» INSTRUCTIONS TO FOLLOW: From the entries that follow, copy each line in which "millimetres" appears.

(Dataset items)
-*-
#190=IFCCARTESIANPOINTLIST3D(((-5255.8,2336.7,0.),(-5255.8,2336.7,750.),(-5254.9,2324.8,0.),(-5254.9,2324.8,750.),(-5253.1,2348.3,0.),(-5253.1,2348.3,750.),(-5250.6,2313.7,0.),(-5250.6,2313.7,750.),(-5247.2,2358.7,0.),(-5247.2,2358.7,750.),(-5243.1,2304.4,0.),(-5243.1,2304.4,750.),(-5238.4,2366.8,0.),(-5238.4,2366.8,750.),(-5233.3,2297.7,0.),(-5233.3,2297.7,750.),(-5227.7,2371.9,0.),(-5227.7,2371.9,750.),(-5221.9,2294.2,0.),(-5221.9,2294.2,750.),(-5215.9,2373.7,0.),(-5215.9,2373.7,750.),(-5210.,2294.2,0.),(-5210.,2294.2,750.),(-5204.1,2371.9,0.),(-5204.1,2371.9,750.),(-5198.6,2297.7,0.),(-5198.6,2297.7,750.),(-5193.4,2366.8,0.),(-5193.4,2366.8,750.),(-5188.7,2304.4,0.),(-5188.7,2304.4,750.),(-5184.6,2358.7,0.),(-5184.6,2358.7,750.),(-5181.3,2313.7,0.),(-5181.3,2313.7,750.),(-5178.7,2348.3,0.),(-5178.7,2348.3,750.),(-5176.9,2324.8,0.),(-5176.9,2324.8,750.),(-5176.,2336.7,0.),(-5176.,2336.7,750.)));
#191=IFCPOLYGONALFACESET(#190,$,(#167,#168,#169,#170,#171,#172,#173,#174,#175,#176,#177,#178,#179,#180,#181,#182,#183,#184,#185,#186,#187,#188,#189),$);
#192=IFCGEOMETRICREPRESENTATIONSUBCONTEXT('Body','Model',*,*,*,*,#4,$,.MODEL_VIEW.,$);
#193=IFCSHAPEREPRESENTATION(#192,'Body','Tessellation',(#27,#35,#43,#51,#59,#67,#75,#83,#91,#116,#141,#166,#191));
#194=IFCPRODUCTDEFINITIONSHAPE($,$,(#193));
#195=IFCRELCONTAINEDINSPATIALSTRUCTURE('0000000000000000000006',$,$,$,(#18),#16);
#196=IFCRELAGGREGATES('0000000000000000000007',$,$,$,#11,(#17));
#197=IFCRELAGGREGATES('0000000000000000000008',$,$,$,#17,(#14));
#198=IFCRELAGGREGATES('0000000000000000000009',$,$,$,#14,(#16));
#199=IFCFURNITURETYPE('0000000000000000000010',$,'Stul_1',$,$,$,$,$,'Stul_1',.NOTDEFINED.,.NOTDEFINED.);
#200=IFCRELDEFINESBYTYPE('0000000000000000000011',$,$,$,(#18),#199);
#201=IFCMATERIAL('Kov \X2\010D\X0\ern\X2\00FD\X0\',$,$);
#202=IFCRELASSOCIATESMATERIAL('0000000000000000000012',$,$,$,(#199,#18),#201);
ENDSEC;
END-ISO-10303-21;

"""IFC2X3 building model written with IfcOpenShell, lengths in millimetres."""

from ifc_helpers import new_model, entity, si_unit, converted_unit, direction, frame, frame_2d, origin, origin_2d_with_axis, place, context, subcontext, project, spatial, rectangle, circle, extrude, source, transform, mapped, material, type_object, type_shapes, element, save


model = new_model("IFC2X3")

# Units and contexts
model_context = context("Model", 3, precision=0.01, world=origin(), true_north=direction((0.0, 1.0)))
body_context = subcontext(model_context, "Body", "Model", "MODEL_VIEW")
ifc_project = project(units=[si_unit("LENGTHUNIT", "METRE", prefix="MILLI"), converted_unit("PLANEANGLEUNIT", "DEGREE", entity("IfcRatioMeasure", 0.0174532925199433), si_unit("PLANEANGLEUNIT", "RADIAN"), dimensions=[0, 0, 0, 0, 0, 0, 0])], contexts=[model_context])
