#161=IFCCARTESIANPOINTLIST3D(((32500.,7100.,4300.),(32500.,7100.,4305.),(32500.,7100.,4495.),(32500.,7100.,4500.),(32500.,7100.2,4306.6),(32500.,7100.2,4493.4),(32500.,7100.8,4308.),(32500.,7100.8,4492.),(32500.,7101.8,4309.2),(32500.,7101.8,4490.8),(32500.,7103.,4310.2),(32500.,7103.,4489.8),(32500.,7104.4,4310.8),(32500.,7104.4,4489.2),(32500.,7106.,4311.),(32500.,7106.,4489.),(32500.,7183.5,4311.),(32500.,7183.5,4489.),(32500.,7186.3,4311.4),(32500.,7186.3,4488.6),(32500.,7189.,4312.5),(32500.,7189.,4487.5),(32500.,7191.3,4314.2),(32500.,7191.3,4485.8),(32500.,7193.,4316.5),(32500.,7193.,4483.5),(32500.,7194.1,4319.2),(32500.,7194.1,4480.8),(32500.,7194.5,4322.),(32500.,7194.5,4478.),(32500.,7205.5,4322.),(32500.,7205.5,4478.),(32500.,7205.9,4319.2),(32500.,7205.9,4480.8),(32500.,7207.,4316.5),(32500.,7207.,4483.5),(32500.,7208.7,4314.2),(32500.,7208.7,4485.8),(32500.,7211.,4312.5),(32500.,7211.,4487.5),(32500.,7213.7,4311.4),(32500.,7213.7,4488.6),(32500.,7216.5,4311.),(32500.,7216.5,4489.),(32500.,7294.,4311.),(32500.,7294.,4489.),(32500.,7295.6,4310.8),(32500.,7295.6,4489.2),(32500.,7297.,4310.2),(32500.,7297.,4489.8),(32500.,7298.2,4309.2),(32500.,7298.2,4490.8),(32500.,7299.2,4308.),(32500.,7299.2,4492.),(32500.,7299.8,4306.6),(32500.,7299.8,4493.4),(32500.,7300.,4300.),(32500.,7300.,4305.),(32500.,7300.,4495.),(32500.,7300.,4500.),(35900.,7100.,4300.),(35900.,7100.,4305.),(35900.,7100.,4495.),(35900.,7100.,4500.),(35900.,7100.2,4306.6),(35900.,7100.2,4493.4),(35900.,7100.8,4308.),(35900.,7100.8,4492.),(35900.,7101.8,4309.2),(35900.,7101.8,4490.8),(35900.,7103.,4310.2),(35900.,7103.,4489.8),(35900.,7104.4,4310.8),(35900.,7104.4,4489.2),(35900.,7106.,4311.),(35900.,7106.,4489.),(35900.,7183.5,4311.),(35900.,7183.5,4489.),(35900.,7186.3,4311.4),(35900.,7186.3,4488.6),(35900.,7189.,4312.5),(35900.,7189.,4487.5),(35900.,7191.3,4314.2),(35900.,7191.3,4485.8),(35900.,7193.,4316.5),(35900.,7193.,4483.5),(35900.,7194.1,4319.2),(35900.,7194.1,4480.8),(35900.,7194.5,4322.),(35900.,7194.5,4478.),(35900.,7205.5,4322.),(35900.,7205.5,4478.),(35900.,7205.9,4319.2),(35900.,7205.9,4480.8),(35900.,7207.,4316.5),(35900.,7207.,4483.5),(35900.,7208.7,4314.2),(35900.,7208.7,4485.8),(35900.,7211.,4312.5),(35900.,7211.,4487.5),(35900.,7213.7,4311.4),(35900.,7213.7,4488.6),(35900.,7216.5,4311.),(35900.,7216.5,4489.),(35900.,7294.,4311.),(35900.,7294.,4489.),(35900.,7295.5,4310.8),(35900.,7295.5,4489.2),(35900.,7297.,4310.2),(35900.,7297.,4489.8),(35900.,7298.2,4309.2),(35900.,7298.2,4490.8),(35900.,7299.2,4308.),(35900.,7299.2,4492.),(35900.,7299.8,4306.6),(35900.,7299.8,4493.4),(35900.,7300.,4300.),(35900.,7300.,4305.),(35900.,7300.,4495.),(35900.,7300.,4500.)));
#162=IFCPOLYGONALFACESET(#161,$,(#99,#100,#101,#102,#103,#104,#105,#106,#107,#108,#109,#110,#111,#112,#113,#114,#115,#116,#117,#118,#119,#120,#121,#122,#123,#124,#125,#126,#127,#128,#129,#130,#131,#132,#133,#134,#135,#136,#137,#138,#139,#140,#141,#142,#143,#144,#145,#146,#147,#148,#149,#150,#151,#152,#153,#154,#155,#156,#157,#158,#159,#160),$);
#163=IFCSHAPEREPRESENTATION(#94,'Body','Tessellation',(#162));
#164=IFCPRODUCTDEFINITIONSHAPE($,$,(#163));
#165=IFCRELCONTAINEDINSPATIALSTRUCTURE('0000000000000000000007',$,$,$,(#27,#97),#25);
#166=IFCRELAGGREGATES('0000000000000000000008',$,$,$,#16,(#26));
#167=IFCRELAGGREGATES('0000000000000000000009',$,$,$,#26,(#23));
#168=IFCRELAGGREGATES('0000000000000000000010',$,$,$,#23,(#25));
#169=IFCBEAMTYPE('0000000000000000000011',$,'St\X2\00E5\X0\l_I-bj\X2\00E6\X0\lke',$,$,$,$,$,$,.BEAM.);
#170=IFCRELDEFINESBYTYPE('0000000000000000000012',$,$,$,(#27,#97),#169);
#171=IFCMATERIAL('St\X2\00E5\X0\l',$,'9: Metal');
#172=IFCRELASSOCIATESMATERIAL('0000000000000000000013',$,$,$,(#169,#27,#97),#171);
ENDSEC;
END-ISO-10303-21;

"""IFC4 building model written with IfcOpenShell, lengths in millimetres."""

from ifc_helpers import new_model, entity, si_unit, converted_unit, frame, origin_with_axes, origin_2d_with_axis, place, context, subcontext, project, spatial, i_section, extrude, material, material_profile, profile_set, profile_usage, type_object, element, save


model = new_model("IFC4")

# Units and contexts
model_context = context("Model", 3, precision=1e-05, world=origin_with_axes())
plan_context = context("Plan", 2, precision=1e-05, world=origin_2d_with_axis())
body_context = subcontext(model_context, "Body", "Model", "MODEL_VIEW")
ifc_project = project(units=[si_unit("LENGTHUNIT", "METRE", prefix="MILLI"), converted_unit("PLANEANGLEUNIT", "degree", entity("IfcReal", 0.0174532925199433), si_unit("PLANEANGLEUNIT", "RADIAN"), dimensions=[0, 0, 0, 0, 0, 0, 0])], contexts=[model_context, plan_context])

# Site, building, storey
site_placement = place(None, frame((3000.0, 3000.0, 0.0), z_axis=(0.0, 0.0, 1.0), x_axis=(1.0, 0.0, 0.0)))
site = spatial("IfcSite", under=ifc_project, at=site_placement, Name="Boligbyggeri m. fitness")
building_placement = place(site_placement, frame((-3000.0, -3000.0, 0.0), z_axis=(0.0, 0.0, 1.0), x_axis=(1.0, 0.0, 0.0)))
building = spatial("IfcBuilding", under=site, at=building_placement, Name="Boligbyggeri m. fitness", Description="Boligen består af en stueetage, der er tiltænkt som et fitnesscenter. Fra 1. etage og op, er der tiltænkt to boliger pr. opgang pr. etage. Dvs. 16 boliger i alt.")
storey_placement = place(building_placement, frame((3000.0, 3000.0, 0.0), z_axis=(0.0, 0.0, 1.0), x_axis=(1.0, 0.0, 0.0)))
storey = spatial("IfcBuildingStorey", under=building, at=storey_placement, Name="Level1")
-*-
» RESPONSE BOX:
"""IFC2X3 building model written with IfcOpenShell, lengths in millimetres."""
"""IFC4 building model written with IfcOpenShell, lengths in millimetres."""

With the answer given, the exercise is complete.